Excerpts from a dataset
━━━

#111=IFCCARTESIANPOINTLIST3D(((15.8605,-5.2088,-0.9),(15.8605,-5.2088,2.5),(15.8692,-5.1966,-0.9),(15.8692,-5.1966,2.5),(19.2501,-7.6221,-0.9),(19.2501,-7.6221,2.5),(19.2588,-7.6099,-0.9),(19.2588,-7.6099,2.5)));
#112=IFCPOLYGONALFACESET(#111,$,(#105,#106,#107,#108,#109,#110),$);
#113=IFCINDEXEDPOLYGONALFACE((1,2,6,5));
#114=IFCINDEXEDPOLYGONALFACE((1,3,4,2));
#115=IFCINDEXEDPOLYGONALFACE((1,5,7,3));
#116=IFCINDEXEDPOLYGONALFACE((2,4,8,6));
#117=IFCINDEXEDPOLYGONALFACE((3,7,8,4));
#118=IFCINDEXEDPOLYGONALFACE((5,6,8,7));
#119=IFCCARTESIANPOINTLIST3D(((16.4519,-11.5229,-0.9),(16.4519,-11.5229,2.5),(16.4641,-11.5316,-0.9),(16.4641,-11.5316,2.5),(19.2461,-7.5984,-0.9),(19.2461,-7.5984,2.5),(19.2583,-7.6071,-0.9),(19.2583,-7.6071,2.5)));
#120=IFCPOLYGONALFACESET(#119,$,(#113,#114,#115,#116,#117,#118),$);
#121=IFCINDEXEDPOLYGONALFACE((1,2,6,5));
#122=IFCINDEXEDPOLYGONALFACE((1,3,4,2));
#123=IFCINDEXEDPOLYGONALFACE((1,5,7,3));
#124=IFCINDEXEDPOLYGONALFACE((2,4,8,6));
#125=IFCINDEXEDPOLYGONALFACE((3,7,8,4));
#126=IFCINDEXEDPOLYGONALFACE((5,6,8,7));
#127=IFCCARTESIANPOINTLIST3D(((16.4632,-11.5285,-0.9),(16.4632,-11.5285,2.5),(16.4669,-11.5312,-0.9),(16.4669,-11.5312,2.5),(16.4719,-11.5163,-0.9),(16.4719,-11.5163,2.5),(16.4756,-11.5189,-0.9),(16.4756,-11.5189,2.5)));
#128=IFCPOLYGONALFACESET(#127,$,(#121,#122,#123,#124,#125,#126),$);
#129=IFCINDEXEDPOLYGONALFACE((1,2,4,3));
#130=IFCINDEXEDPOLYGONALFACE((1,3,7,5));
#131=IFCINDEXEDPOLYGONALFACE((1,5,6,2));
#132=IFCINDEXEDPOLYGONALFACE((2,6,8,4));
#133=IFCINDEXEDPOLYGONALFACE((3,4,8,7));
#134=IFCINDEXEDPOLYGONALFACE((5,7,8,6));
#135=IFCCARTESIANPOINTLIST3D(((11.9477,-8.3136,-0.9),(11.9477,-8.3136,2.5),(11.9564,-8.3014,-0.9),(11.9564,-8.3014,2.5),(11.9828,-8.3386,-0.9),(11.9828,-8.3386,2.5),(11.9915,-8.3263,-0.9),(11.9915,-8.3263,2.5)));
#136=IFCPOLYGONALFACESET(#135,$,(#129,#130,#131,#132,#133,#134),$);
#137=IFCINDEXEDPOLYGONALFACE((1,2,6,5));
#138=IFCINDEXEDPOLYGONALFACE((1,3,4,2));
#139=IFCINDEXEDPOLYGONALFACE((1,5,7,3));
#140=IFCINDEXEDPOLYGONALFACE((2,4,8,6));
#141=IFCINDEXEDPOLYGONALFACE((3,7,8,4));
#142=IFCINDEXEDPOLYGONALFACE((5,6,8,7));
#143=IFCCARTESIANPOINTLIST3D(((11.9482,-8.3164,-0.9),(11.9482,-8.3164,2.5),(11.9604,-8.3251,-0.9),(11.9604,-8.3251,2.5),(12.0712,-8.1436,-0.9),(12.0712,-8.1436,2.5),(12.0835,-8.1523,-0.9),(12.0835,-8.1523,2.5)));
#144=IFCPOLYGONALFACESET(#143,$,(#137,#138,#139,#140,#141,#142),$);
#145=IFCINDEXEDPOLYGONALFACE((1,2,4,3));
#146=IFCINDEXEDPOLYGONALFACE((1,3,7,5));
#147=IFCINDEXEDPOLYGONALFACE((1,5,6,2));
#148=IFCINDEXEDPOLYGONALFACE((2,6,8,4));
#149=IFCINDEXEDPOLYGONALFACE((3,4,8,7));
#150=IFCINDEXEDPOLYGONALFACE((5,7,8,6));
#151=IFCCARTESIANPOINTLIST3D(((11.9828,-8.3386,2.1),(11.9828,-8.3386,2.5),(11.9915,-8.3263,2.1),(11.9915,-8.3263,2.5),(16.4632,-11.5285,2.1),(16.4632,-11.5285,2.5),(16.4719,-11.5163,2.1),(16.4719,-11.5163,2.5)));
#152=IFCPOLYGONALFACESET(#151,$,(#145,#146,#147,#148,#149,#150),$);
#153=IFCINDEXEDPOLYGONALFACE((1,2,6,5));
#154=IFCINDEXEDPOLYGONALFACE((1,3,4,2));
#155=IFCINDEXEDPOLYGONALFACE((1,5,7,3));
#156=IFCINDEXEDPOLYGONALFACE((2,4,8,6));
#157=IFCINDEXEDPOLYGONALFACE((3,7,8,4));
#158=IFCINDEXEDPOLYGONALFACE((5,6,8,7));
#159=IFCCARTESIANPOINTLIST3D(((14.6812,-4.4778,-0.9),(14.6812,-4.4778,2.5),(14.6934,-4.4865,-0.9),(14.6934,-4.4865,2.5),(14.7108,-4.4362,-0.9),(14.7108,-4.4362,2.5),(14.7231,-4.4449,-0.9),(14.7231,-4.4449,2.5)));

━━━

The records above should be set down again word for word.

#111=IFCCARTESIANPOINTLIST3D(((15.8605,-5.2088,-0.9),(15.8605,-5.2088,2.5),(15.8692,-5.1966,-0.9),(15.8692,-5.1966,2.5),(19.2501,-7.6221,-0.9),(19.2501,-7.6221,2.5),(19.2588,-7.6099,-0.9),(19.2588,-7.6099,2.5)));
#112=IFCPOLYGONALFACESET(#111,$,(#105,#106,#107,#108,#109,#110),$);
#113=IFCINDEXEDPOLYGONALFACE((1,2,6,5));
#114=IFCINDEXEDPOLYGONALFACE((1,3,4,2));
#115=IFCINDEXEDPOLYGONALFACE((1,5,7,3));
#116=IFCINDEXEDPOLYGONALFACE((2,4,8,6));
#117=IFCINDEXEDPOLYGONALFACE((3,7,8,4));
#118=IFCINDEXEDPOLYGONALFACE((5,6,8,7));
#119=IFCCARTESIANPOINTLIST3D(((16.4519,-11.5229,-0.9),(16.4519,-11.5229,2.5),(16.4641,-11.5316,-0.9),(16.4641,-11.5316,2.5),(19.2461,-7.5984,-0.9),(19.2461,-7.5984,2.5),(19.2583,-7.6071,-0.9),(19.2583,-7.6071,2.5)));
#120=IFCPOLYGONALFACESET(#119,$,(#113,#114,#115,#116,#117,#118),$);
#121=IFCINDEXEDPOLYGONALFACE((1,2,6,5));
#122=IFCINDEXEDPOLYGONALFACE((1,3,4,2));
#123=IFCINDEXEDPOLYGONALFACE((1,5,7,3));
#124=IFCINDEXEDPOLYGONALFACE((2,4,8,6));
#125=IFCINDEXEDPOLYGONALFACE((3,7,8,4));
#126=IFCINDEXEDPOLYGONALFACE((5,6,8,7));
#127=IFCCARTESIANPOINTLIST3D(((16.4632,-11.5285,-0.9),(16.4632,-11.5285,2.5),(16.4669,-11.5312,-0.9),(16.4669,-11.5312,2.5),(16.4719,-11.5163,-0.9),(16.4719,-11.5163,2.5),(16.4756,-11.5189,-0.9),(16.4756,-11.5189,2.5)));
#128=IFCPOLYGONALFACESET(#127,$,(#121,#122,#123,#124,#125,#126),$);
#129=IFCINDEXEDPOLYGONALFACE((1,2,4,3));
#130=IFCINDEXEDPOLYGONALFACE((1,3,7,5));
#131=IFCINDEXEDPOLYGONALFACE((1,5,6,2));
#132=IFCINDEXEDPOLYGONALFACE((2,6,8,4));
#133=IFCINDEXEDPOLYGONALFACE((3,4,8,7));
#134=IFCINDEXEDPOLYGONALFACE((5,7,8,6));
#135=IFCCARTESIANPOINTLIST3D(((11.9477,-8.3136,-0.9),(11.9477,-8.3136,2.5),(11.9564,-8.3014,-0.9),(11.9564,-8.3014,2.5),(11.9828,-8.3386,-0.9),(11.9828,-8.3386,2.5),(11.9915,-8.3263,-0.9),(11.9915,-8.3263,2.5)));
#136=IFCPOLYGONALFACESET(#135,$,(#129,#130,#131,#132,#133,#134),$);
#137=IFCINDEXEDPOLYGONALFACE((1,2,6,5));
#138=IFCINDEXEDPOLYGONALFACE((1,3,4,2));
#139=IFCINDEXEDPOLYGONALFACE((1,5,7,3));
#140=IFCINDEXEDPOLYGONALFACE((2,4,8,6));
#141=IFCINDEXEDPOLYGONALFACE((3,7,8,4));
#142=IFCINDEXEDPOLYGONALFACE((5,6,8,7));
#143=IFCCARTESIANPOINTLIST3D(((11.9482,-8.3164,-0.9),(11.9482,-8.3164,2.5),(11.9604,-8.3251,-0.9),(11.9604,-8.3251,2.5),(12.0712,-8.1436,-0.9),(12.0712,-8.1436,2.5),(12.0835,-8.1523,-0.9),(12.0835,-8.1523,2.5)));
#144=IFCPOLYGONALFACESET(#143,$,(#137,#138,#139,#140,#141,#142),$);
#145=IFCINDEXEDPOLYGONALFACE((1,2,4,3));
#146=IFCINDEXEDPOLYGONALFACE((1,3,7,5));
#147=IFCINDEXEDPOLYGONALFACE((1,5,6,2));
#148=IFCINDEXEDPOLYGONALFACE((2,6,8,4));
#149=IFCINDEXEDPOLYGONALFACE((3,4,8,7));
#150=IFCINDEXEDPOLYGONALFACE((5,7,8,6));
#151=IFCCARTESIANPOINTLIST3D(((11.9828,-8.3386,2.1),(11.9828,-8.3386,2.5),(11.9915,-8.3263,2.1),(11.9915,-8.3263,2.5),(16.4632,-11.5285,2.1),(16.4632,-11.5285,2.5),(16.4719,-11.5163,2.1),(16.4719,-11.5163,2.5)));
#152=IFCPOLYGONALFACESET(#151,$,(#145,#146,#147,#148,#149,#150),$);
#153=IFCINDEXEDPOLYGONALFACE((1,2,6,5));
#154=IFCINDEXEDPOLYGONALFACE((1,3,4,2));
#155=IFCINDEXEDPOLYGONALFACE((1,5,7,3));
#156=IFCINDEXEDPOLYGONALFACE((2,4,8,6));
#157=IFCINDEXEDPOLYGONALFACE((3,7,8,4));
#158=IFCINDEXEDPOLYGONALFACE((5,6,8,7));
#159=IFCCARTESIANPOINTLIST3D(((14.6812,-4.4778,-0.9),(14.6812,-4.4778,2.5),(14.6934,-4.4865,-0.9),(14.6934,-4.4865,2.5),(14.7108,-4.4362,-0.9),(14.7108,-4.4362,2.5),(14.7231,-4.4449,-0.9),(14.7231,-4.4449,2.5)));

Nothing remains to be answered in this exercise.